First, in accordance with the 21st Century Cures Act, the US Food and Drug Administration (FDA) is developing a series of guidance documents to address the use of patient/caregiver data in regulatory decision making. Thus, Sponsors are actively working to represent the voice of the patient in their regulatory submissions and increasingly are collecting electronic clinical outcomes assessments (eCOA) and/or electronic patient-reported outcomes (ePRO) in their clinical trials.
Second, ICH E6 R2 which was adopted in December 2016 has encouraged sponsors to adopt a more proactive approach to study design, risk management and study monitoring, particularly risk based monitoring. Many regulators have produced guidance documents, including the FDA who has most recently published a Question-and-Answer document intended to facilitate Sponsors’ implementation of Risk-Based Monitoring (RBM). This Q&A further supports the agency’s belief that “risk-based monitoring is an important tool to allow sponsors to identify and address issues during the conduct of clinical investigations.”
Third, the International Council for Harmonization (ICH) has published draft revisions to ICH E8 (R1) to address challenges with designing and executing trials with diverse designs and data sources. The revision emphasizes that the quality of clinical research — required to protect patients and generate reliable and meaningful data — relies on both good design and good execution. This revision also stresses the importance of Quality by Design (QbD) approach to clinical trials, and the need to rapidly identify and address systemic issues.
As the industry moves to adopt patient-centric approaches to clinical trials, there is an opportunity to adopt the best practices of QbD and risk-based methodologies to ensure that patient reported data are effectively being monitored.
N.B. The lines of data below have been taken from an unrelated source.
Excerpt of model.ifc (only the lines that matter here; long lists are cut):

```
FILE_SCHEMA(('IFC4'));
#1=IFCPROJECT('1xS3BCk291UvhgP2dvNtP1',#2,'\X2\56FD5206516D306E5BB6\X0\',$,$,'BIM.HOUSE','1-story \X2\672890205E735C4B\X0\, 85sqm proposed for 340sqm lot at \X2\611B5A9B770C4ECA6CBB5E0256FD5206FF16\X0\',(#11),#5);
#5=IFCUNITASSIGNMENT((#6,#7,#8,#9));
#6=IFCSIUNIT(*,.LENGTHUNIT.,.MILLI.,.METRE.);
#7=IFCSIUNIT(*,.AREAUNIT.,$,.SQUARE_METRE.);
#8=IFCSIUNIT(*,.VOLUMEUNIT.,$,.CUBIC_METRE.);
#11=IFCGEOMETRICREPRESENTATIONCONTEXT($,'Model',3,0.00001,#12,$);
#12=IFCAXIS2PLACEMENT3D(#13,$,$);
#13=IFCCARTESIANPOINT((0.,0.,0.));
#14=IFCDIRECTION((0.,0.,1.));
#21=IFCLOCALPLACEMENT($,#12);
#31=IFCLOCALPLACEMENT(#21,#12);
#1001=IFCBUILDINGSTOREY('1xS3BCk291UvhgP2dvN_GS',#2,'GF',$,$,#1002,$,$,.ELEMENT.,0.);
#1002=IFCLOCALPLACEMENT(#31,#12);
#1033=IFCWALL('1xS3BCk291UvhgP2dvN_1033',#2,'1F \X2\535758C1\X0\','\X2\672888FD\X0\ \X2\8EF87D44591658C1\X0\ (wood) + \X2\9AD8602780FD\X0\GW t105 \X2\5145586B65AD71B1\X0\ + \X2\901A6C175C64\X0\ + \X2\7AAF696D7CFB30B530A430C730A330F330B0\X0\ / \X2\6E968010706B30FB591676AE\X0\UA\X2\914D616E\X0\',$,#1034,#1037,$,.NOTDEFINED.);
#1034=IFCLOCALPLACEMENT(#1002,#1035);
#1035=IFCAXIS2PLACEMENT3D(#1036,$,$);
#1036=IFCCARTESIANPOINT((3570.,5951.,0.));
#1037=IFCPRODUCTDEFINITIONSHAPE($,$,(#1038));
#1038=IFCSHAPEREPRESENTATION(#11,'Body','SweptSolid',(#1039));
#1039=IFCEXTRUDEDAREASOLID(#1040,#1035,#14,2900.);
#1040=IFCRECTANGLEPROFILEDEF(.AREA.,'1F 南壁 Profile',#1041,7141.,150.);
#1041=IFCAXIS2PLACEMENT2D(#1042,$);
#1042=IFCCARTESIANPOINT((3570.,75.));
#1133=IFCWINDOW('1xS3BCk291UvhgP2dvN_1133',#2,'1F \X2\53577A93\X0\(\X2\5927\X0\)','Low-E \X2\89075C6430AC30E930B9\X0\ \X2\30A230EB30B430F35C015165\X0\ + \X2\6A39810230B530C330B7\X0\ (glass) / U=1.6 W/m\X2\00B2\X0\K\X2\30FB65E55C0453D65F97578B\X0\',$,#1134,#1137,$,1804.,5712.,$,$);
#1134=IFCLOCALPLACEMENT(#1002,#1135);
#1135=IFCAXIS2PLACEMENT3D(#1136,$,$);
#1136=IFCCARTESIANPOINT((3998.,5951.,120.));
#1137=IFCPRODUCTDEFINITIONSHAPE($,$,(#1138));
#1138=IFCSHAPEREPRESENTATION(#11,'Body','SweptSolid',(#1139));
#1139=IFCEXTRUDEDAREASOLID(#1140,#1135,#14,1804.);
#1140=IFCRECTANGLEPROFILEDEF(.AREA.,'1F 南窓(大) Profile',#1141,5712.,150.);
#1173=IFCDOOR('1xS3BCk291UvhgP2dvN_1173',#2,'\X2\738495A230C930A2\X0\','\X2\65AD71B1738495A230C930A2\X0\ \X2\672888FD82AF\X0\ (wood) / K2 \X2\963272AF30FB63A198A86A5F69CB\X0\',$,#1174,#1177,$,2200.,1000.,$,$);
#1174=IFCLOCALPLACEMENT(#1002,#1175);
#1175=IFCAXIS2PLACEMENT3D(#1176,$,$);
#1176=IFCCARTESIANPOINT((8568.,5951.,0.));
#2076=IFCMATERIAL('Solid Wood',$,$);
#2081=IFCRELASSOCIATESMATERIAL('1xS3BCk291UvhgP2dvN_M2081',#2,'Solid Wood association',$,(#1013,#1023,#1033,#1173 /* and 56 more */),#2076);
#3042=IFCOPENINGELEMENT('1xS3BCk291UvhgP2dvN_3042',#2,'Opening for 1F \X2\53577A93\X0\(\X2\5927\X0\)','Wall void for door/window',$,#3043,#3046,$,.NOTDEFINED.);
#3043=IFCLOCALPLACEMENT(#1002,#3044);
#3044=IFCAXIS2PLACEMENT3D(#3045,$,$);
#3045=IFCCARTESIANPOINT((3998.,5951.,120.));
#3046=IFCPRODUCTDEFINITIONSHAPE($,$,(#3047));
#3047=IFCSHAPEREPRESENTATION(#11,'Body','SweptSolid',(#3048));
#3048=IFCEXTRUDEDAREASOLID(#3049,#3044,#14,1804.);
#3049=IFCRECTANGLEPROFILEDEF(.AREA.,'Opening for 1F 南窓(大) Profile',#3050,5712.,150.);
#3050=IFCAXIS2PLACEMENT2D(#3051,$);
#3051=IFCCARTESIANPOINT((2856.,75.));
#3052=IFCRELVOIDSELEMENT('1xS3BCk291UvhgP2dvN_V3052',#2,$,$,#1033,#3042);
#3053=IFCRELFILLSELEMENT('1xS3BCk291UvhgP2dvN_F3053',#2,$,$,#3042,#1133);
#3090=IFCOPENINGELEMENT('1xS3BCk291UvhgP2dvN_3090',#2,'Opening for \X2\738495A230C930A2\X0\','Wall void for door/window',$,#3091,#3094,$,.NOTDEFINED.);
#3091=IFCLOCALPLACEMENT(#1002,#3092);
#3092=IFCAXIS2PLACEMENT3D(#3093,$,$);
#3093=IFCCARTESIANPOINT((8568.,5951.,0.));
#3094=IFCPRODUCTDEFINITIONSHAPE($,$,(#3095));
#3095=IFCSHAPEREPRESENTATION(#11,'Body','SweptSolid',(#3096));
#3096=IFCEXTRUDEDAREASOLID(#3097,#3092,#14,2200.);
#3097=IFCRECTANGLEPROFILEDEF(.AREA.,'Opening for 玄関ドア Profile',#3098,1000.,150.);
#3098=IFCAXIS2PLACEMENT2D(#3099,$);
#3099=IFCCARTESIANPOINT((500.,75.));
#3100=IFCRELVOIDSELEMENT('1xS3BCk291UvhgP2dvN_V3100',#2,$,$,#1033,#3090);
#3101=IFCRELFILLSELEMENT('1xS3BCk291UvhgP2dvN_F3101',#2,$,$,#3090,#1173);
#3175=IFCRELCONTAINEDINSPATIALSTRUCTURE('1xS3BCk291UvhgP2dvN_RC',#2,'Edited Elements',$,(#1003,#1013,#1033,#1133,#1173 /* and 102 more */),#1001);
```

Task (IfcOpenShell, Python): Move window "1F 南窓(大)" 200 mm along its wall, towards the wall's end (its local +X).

```python
import ifcopenshell
import ifcopenshell.api.geometry
import ifcopenshell.util.placement
import ifcopenshell.util.unit

model = ifcopenshell.open("model.ifc")
unit_scale = ifcopenshell.util.unit.calculate_unit_scale(model)

window = model.by_guid("1xS3BCk291UvhgP2dvN_1133")
opening = window.FillsVoids[0].RelatingOpeningElement
wall = opening.VoidsElements[0].RelatingBuildingElement

wall_matrix = ifcopenshell.util.placement.get_local_placement(wall.ObjectPlacement)
shift = wall_matrix[:3, 0] * 0.2 / unit_scale
before = ifcopenshell.util.placement.get_local_placement(window.ObjectPlacement)[:3, 3].copy()

# The window is not placed relative to its opening, so move both.
for product in (opening, window):
    matrix = ifcopenshell.util.placement.get_local_placement(product.ObjectPlacement)
    matrix[:3, 3] += shift
    ifcopenshell.api.geometry.edit_object_placement(model, product=product, matrix=matrix, is_si=False)

after = ifcopenshell.util.placement.get_local_placement(window.ObjectPlacement)[:3, 3]
print("window moved by", (after - before).round(3) + 0.0)

model.write("model_edited.ifc")
```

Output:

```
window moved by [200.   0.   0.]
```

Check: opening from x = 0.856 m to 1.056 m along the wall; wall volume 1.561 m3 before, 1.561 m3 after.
In this paper, we discuss the value of using advanced technology — specifically Centralized Statistical Monitoring technology such as - Medidata Detect to oversee subject safety and data quality/integrity in a risk-based manner. Such monitoring is particularly relevant for the monitoring of large data sets, such as eCOA/ePRO data as all regulators agree that a risk based approach including Centralized Statistical Monitoring of data in real time may enable sponsors to be able to identify the reasons for missing data, inconsistent data, protocol violations, or protocol deviations etc. and take corrective actions to minimize the likelihood of these occurring during the remainder of the clinical investigation.